Which lines of the data below include the string "writes"? Return each of them.

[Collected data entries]
——

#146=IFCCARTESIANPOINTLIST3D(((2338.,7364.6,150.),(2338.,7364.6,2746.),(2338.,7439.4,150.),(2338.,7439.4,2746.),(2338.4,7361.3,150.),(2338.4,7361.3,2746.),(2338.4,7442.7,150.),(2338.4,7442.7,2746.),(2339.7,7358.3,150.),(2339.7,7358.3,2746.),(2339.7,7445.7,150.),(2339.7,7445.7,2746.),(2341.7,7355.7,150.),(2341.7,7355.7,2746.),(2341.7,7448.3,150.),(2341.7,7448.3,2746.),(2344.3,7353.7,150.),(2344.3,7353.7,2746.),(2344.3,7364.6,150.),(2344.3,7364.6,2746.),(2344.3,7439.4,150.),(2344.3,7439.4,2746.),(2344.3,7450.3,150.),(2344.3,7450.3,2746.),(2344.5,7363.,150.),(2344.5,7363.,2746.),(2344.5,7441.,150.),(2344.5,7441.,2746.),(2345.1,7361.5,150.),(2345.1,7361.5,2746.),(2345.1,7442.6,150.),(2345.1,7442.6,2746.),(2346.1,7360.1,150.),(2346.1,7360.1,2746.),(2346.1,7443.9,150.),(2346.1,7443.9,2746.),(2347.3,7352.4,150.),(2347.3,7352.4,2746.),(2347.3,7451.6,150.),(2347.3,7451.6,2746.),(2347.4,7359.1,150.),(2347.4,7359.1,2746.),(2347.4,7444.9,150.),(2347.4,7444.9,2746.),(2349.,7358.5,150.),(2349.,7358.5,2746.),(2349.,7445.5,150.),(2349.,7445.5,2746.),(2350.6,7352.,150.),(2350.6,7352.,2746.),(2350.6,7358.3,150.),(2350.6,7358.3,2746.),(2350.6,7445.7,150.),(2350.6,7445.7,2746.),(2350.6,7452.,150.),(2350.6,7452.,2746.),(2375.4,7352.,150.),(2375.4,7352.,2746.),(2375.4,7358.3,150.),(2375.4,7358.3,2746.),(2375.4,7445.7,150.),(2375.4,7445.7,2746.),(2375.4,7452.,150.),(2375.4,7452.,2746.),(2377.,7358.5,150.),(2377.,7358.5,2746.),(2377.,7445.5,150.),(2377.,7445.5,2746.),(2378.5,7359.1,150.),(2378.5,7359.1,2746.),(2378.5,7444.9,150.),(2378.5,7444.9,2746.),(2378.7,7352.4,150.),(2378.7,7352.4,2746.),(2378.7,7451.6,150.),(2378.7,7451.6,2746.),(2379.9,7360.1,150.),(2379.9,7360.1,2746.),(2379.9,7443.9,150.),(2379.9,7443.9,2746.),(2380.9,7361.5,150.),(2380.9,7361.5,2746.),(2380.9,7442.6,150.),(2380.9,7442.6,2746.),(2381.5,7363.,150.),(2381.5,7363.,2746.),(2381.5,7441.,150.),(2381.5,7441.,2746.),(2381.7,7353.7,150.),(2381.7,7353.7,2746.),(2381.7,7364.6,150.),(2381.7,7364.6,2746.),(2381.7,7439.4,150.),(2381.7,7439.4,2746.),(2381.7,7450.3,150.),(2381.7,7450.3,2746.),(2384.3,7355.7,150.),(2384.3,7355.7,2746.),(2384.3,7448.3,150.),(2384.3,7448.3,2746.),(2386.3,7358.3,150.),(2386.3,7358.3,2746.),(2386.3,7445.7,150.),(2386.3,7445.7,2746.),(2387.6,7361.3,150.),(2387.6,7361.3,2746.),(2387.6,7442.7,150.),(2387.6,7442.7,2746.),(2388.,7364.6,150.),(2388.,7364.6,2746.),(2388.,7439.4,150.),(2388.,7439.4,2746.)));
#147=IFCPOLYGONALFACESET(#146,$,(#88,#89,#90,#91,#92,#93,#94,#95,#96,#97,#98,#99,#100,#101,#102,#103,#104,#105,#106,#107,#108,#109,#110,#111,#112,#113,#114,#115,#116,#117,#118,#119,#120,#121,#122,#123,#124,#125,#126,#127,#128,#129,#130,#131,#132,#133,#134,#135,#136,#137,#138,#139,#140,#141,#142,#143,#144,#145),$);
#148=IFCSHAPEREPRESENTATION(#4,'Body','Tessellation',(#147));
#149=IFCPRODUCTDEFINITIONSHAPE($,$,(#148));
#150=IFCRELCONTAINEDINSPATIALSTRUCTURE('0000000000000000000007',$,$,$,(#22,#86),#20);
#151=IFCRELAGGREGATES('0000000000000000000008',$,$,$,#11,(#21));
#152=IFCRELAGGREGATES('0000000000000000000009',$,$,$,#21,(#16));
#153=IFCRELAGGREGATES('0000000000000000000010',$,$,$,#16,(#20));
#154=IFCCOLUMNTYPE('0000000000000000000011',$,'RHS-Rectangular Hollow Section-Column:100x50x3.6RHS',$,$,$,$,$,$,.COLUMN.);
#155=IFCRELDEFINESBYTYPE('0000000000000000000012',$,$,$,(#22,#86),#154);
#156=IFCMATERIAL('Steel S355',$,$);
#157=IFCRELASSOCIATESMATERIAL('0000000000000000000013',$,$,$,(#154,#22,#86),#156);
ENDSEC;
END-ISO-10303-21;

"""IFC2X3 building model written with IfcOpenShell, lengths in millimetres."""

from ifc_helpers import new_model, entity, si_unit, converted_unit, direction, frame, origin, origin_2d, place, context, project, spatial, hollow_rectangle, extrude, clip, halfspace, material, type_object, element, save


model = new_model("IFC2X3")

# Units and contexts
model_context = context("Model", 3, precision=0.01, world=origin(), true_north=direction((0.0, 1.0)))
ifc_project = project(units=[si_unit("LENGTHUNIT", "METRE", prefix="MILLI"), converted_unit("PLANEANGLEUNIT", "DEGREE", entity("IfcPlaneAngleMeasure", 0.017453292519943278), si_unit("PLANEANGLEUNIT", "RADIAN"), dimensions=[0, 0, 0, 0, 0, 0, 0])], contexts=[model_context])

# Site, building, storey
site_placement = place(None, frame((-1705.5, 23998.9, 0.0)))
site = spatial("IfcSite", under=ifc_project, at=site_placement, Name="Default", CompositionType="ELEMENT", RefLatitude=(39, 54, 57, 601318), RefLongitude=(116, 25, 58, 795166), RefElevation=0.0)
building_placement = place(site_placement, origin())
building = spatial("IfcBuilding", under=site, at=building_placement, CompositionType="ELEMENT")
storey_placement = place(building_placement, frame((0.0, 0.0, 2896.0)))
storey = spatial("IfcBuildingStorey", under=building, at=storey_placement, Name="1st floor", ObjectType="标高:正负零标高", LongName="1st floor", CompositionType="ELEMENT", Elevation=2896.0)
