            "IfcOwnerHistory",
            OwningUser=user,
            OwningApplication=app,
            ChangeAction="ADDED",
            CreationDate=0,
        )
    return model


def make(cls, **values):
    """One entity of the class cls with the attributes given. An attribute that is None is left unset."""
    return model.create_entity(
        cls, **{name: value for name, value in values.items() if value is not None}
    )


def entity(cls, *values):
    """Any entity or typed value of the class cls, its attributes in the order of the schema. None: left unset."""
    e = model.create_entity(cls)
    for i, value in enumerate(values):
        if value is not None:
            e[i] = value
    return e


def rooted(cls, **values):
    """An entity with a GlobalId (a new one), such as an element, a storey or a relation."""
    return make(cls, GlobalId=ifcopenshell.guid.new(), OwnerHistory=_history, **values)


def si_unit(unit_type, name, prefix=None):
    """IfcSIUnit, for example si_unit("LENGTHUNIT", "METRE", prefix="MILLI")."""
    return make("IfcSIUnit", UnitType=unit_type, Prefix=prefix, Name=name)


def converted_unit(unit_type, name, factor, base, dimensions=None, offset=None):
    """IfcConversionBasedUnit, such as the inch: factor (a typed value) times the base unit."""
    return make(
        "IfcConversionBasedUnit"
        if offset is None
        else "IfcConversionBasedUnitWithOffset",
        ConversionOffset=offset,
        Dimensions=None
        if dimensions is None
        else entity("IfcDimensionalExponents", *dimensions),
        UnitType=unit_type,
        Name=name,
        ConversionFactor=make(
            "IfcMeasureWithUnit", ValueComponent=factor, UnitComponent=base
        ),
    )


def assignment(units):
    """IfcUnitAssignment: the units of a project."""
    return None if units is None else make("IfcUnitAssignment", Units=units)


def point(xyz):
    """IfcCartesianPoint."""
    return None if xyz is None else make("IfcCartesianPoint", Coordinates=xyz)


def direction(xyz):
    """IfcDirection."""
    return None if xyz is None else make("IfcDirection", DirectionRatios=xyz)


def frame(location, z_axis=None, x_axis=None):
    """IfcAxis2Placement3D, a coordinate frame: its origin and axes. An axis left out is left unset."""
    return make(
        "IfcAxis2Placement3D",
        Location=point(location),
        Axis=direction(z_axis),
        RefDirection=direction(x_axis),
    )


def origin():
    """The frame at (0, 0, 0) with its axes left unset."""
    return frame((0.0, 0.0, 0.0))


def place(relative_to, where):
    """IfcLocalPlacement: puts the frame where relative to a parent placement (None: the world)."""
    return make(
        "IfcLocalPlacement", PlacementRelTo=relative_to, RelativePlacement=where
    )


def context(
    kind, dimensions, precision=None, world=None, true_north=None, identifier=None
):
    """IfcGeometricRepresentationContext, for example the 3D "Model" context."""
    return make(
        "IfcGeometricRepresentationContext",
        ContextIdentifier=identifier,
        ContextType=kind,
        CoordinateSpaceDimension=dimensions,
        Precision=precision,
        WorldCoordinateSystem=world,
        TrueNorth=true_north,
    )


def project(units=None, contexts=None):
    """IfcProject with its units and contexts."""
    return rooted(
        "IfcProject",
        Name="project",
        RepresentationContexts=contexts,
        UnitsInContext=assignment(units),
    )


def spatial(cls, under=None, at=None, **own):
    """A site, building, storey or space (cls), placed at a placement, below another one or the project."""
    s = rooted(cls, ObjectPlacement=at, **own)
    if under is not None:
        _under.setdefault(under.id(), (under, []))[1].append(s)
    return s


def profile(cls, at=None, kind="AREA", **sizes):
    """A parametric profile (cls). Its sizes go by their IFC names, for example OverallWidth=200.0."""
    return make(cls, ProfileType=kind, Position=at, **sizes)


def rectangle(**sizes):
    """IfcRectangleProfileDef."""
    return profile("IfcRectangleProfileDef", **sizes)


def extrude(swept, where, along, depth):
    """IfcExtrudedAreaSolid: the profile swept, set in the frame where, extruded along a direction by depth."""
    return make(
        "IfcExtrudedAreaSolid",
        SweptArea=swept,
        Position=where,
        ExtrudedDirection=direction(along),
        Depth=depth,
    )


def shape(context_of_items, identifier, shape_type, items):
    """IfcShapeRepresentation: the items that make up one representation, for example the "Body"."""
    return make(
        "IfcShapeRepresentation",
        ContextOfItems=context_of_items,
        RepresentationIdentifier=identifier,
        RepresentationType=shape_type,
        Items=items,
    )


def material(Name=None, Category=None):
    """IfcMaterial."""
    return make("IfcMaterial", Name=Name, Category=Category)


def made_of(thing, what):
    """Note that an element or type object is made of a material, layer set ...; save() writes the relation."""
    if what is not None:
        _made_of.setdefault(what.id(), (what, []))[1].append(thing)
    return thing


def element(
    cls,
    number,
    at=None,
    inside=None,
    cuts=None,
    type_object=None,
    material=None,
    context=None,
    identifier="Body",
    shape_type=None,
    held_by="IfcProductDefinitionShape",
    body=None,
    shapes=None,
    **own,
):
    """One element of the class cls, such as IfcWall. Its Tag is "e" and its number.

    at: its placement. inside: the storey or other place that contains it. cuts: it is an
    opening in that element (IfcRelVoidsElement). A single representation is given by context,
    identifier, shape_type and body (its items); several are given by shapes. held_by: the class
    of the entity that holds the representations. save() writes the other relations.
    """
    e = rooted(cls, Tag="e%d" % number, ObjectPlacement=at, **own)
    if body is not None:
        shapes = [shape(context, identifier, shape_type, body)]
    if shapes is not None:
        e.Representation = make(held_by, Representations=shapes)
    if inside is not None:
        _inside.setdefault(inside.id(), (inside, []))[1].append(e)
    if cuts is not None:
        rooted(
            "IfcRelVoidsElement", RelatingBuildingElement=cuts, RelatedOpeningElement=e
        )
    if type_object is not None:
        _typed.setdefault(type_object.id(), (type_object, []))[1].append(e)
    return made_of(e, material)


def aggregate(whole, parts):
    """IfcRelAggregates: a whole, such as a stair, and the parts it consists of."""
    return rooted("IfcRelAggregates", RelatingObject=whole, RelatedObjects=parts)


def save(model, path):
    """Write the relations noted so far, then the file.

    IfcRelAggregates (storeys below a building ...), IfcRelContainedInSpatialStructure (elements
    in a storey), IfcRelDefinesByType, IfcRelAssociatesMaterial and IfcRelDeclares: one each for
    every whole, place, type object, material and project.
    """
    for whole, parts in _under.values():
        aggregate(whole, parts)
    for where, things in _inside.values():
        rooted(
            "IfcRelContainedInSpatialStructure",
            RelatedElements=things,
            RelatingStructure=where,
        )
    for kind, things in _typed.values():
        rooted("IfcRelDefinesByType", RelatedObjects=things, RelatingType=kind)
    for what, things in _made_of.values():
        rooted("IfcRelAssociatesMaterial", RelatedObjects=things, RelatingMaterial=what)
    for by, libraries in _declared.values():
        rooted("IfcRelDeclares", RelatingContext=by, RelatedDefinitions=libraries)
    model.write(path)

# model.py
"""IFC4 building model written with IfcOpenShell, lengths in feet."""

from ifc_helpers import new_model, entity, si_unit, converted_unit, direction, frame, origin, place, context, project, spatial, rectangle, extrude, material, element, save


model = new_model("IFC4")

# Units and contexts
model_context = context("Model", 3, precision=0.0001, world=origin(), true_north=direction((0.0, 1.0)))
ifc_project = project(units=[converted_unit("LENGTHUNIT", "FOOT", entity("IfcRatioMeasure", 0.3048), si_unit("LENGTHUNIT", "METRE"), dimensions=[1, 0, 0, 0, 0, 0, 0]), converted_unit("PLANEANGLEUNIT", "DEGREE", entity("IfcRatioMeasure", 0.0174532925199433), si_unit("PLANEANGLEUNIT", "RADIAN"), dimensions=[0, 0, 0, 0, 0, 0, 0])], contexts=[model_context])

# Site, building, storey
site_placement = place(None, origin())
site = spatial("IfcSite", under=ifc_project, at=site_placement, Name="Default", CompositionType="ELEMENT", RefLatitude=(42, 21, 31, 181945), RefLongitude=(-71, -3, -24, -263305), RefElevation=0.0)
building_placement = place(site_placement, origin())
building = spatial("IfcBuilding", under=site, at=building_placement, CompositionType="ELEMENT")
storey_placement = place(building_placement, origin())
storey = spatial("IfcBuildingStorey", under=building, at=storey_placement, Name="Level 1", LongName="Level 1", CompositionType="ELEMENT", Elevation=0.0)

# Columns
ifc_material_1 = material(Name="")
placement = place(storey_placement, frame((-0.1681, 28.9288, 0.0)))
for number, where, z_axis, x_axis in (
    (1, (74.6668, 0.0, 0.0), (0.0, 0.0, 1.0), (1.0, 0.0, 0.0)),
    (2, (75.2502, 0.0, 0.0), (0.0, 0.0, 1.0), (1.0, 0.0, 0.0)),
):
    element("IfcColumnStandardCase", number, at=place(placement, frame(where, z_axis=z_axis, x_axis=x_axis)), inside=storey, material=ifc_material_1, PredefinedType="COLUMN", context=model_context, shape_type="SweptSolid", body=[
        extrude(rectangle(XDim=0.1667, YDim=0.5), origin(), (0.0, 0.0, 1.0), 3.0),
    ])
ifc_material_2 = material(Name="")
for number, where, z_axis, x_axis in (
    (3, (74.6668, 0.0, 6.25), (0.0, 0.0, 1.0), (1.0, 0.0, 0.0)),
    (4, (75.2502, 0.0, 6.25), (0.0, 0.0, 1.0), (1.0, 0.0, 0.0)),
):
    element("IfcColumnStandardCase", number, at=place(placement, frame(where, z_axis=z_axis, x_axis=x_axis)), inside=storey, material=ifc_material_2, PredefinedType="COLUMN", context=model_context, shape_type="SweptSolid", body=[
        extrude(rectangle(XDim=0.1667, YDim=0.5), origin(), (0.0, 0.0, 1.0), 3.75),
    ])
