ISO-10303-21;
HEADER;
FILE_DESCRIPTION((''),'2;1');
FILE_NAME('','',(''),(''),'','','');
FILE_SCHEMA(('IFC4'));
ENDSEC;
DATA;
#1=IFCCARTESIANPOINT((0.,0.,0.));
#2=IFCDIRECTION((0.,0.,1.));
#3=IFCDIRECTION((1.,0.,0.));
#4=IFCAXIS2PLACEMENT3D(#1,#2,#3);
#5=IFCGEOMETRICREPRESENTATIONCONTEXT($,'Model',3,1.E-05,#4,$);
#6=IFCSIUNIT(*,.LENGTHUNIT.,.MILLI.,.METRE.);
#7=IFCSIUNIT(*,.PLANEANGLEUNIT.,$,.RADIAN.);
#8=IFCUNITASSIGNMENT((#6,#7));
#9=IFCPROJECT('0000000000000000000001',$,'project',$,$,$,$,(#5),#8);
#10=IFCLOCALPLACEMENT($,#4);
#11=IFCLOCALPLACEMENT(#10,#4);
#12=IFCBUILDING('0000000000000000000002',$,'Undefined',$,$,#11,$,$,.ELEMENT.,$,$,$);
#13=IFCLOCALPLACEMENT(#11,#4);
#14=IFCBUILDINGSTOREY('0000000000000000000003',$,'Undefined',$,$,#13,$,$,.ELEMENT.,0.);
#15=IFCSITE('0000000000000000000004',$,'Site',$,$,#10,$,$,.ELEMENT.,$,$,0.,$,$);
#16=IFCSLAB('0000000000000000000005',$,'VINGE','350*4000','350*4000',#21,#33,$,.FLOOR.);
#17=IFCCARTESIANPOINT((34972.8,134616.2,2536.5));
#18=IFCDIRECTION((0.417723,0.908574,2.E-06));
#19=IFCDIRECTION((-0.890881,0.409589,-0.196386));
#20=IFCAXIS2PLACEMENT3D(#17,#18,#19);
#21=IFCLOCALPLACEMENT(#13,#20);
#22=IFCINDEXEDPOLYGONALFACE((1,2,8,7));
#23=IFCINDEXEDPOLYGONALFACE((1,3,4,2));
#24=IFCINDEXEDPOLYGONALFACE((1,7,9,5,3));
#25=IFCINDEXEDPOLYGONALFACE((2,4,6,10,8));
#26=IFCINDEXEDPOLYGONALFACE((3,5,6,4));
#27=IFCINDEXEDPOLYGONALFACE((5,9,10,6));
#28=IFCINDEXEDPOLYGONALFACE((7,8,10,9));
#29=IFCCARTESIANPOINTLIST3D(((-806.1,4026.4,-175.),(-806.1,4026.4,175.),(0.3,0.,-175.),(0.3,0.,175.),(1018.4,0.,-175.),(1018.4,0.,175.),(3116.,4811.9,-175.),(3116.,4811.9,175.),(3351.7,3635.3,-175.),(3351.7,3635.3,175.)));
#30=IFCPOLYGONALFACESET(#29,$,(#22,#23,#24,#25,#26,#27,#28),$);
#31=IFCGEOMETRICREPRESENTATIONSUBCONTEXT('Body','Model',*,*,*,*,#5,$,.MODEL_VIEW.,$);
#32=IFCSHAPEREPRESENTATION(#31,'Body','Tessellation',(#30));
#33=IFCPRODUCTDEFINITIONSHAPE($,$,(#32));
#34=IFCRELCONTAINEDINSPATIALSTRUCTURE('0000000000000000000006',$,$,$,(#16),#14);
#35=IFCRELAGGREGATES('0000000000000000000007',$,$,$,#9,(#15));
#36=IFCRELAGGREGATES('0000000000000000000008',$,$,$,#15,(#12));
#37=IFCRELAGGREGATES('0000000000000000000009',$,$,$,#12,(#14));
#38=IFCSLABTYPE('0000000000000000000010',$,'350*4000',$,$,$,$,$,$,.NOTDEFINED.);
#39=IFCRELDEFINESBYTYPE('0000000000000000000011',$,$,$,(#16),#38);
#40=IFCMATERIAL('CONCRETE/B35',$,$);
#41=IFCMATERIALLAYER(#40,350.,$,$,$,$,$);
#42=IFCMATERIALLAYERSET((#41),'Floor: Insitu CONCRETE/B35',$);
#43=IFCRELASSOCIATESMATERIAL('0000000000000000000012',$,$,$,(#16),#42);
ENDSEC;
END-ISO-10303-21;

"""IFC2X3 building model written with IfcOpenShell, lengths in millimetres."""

from ifc_helpers import new_model, si_unit, frame, origin_with_axes, place, context, subcontext, project, spatial, polyline, outline, extrude, material, layer, layer_set, layer_usage, type_object, element, save


model = new_model("IFC2X3")

# Units and contexts
model_context = context("Model", 3, precision=1e-05, world=origin_with_axes())
body_context = subcontext(model_context, "Body", "Model", "MODEL_VIEW")
ifc_project = project(units=[si_unit("LENGTHUNIT", "METRE", prefix="MILLI"), si_unit("PLANEANGLEUNIT", "RADIAN")], contexts=[model_context])

# Site, building, storey
site_placement = place(None, origin_with_axes())
site = spatial("IfcSite", under=ifc_project, at=site_placement, Name="Site", CompositionType="ELEMENT", RefElevation=0.0)
building_placement = place(site_placement, origin_with_axes())
building = spatial("IfcBuilding", under=site, at=building_placement, Name="Undefined", CompositionType="ELEMENT")
storey_placement = place(building_placement, origin_with_axes())
storey = spatial("IfcBuildingStorey", under=building, at=storey_placement, Name="Undefined", CompositionType="ELEMENT", Elevation=0.0)

# Shared definitions
ifc_material_1 = material(Name="CONCRETE/B35")

# Slab
ifc_layer_1 = layer(ifc_material_1, 350.0)
ifc_layer_set_1 = layer_set([ifc_layer_1], Name="Floor: Insitu CONCRETE/B35")
ifc_layer_usage_1 = layer_usage(ifc_layer_set_1, "AXIS3", "POSITIVE", -175.0)
slab_type_1 = type_object("IfcSlabType", Name="350*4000", PredefinedType="NOTDEFINED")
slab_1_placement = place(storey_placement, frame((34972.8, 134616.2, 2536.5), z_axis=(0.417723, 0.908574, 0.000002), x_axis=(-0.890881, 0.409589, -0.196386)))
element("IfcSlab", 1, at=slab_1_placement, inside=storey, type_object=slab_type_1, material=ifc_layer_usage_1, Name="VINGE", Description="350*4000", ObjectType="350*4000", PredefinedType="FLOOR", context=body_context, shape_type="SweptSolid", body=[
    extrude(outline(polyline([(0.0, 0.0), (1018.4, 0.0), (3351.7, 3635.3), (3116.0, 4811.9), (-806.1, 4026.4), (0.3, 0.1), (0.0, 0.0)])), frame((0.0, 0.0, -175.0), z_axis=(0.0, 0.0, 1.0), x_axis=(1.0, 0.0, 0.0)), (0.0, 0.0, 1.0), 350.0),
])

save(model, "model.ifc")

——

RESPONSE AREA:
    """Note that an element or type object is made of a material, layer set ...; save() writes the relation."""
    of the entity that holds the representations. save() writes the other relations.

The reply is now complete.